• **WHAT NEEDS TO BE DONE**
Every line that contains "IFCLOCALPLACEMENT" must be located and copied from the data.

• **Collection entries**
[Start of section]
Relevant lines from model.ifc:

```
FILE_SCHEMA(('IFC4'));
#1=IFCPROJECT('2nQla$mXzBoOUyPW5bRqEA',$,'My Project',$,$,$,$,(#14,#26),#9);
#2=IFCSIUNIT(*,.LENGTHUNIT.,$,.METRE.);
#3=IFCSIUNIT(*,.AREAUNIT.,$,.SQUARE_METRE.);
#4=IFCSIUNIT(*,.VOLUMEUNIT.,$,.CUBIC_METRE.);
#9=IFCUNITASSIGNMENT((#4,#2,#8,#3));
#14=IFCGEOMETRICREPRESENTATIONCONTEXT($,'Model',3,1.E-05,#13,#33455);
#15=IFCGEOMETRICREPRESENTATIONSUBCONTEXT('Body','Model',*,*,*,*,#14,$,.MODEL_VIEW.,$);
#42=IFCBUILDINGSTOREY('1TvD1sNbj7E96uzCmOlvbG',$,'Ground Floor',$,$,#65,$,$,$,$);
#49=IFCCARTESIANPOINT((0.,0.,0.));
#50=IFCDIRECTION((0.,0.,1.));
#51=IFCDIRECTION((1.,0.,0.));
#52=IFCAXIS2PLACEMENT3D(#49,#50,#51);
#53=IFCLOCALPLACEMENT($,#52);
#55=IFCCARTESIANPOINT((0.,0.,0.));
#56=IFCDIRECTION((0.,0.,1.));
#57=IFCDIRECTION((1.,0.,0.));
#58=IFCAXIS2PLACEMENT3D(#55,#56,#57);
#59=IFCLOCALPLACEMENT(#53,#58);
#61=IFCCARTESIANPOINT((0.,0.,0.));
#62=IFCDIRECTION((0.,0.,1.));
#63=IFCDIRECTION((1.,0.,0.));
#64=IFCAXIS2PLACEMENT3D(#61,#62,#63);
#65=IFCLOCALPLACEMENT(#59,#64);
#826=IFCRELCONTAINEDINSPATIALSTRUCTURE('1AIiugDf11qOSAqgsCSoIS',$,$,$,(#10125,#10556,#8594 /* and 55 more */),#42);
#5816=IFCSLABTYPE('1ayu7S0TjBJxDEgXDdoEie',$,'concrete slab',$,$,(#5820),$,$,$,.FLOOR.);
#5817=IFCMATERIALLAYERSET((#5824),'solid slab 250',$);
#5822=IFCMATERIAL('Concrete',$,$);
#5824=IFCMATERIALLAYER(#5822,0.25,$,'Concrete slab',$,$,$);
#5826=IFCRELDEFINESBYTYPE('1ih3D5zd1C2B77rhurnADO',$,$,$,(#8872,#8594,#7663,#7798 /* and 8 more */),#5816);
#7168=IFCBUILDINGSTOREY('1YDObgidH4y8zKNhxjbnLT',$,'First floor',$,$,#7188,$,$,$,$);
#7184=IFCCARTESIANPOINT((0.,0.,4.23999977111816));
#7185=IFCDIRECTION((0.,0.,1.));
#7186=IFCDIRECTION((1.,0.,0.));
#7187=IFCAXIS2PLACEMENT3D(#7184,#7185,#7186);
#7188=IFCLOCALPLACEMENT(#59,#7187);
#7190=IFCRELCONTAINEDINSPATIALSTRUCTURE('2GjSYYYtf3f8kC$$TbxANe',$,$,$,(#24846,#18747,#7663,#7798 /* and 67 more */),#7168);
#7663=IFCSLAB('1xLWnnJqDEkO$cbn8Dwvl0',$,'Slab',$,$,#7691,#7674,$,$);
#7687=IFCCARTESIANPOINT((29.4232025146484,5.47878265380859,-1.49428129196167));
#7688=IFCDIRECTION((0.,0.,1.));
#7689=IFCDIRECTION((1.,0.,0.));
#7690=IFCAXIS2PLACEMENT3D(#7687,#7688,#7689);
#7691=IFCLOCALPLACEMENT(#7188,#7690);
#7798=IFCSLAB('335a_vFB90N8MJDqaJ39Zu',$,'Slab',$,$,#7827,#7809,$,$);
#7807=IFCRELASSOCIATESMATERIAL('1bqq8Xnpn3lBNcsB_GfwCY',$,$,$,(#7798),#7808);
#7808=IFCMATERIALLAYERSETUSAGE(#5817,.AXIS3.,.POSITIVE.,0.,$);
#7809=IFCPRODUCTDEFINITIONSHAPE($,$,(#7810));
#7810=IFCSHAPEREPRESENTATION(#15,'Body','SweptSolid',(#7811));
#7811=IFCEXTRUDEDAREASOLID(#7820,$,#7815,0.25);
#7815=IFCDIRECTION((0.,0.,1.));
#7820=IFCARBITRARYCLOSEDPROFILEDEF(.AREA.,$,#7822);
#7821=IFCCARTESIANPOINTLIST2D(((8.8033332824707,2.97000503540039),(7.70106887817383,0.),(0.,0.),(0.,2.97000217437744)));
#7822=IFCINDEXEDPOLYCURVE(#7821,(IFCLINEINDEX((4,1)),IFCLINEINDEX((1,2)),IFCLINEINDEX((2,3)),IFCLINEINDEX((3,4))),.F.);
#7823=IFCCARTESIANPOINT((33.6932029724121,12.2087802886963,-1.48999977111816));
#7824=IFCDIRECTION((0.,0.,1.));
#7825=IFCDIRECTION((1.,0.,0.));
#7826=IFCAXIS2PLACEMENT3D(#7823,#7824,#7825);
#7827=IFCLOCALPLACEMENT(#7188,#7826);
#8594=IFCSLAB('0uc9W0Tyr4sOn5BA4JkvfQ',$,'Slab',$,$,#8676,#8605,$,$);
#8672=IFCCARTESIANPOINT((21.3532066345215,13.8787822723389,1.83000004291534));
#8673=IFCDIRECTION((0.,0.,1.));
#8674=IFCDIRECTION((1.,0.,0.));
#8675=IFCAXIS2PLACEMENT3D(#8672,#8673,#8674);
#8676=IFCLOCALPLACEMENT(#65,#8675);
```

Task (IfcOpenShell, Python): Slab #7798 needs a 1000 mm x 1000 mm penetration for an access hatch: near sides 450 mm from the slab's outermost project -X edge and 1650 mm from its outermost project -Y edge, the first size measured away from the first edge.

```python
import numpy as np
import ifcopenshell
import ifcopenshell.api.feature
import ifcopenshell.api.geometry
import ifcopenshell.api.root
import ifcopenshell.geom
import ifcopenshell.util.placement
import ifcopenshell.util.representation
import ifcopenshell.util.shape
import ifcopenshell.util.unit

model = ifcopenshell.open("model.ifc")
unit_scale = ifcopenshell.util.unit.calculate_unit_scale(model)
settings = ifcopenshell.geom.settings()


def volume(element):
    """Net volume in cubic metres, openings subtracted."""
    shape = ifcopenshell.geom.create_shape(settings, element)
    return ifcopenshell.util.shape.get_volume(shape.geometry)


slab = model.by_id(7798)
before = volume(slab)

# Extent in the slab's own axes, in metres. The edges named are its -X and -Y sides.
slab_shape = ifcopenshell.geom.create_shape(settings, slab)
vertices = ifcopenshell.util.shape.get_vertices(slab_shape.geometry)
x_min, y_min, bottom = vertices.min(axis=0)
top = vertices[:, 2].max()

opening = ifcopenshell.api.root.create_entity(model, ifc_class="IfcOpeningElement", name="Access hatch opening", predefined_type="OPENING")
context = ifcopenshell.util.representation.get_context(model, "Model", "Body", "MODEL_VIEW")
width, depth = 1, 1
outline = [(0.0, 0.0), (width, 0.0), (width, depth), (0.0, depth), (0.0, 0.0)]
# Overshoot both faces by 50 mm so the cut is clean.
shape = ifcopenshell.api.geometry.add_slab_representation(
    model, context=context, depth=top - bottom + 0.1, polyline=outline
)
ifcopenshell.api.geometry.assign_representation(model, product=opening, representation=shape)

matrix = ifcopenshell.util.placement.get_local_placement(slab.ObjectPlacement)
matrix[:, 3] = matrix @ np.append(np.array([x_min + 0.45, y_min + 1.65, bottom - 0.05]) / unit_scale, 1.0)
ifcopenshell.api.geometry.edit_object_placement(model, product=opening, matrix=matrix, is_si=False)
ifcopenshell.api.feature.add_feature(model, feature=opening, element=slab)

after = volume(slab)

print(f"slab volume {before:.3f} -> {after:.3f} m3")

model.write("model_edited.ifc")
```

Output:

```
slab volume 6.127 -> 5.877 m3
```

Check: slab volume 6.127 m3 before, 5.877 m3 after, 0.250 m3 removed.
[End of section]
• **WRITTEN RESPONSE**
#53=IFCLOCALPLACEMENT($,#52);
#59=IFCLOCALPLACEMENT(#53,#58);
#65=IFCLOCALPLACEMENT(#59,#64);
#7188=IFCLOCALPLACEMENT(#59,#7187);
#7691=IFCLOCALPLACEMENT(#7188,#7690);
#7827=IFCLOCALPLACEMENT(#7188,#7826);
#8676=IFCLOCALPLACEMENT(#65,#8675);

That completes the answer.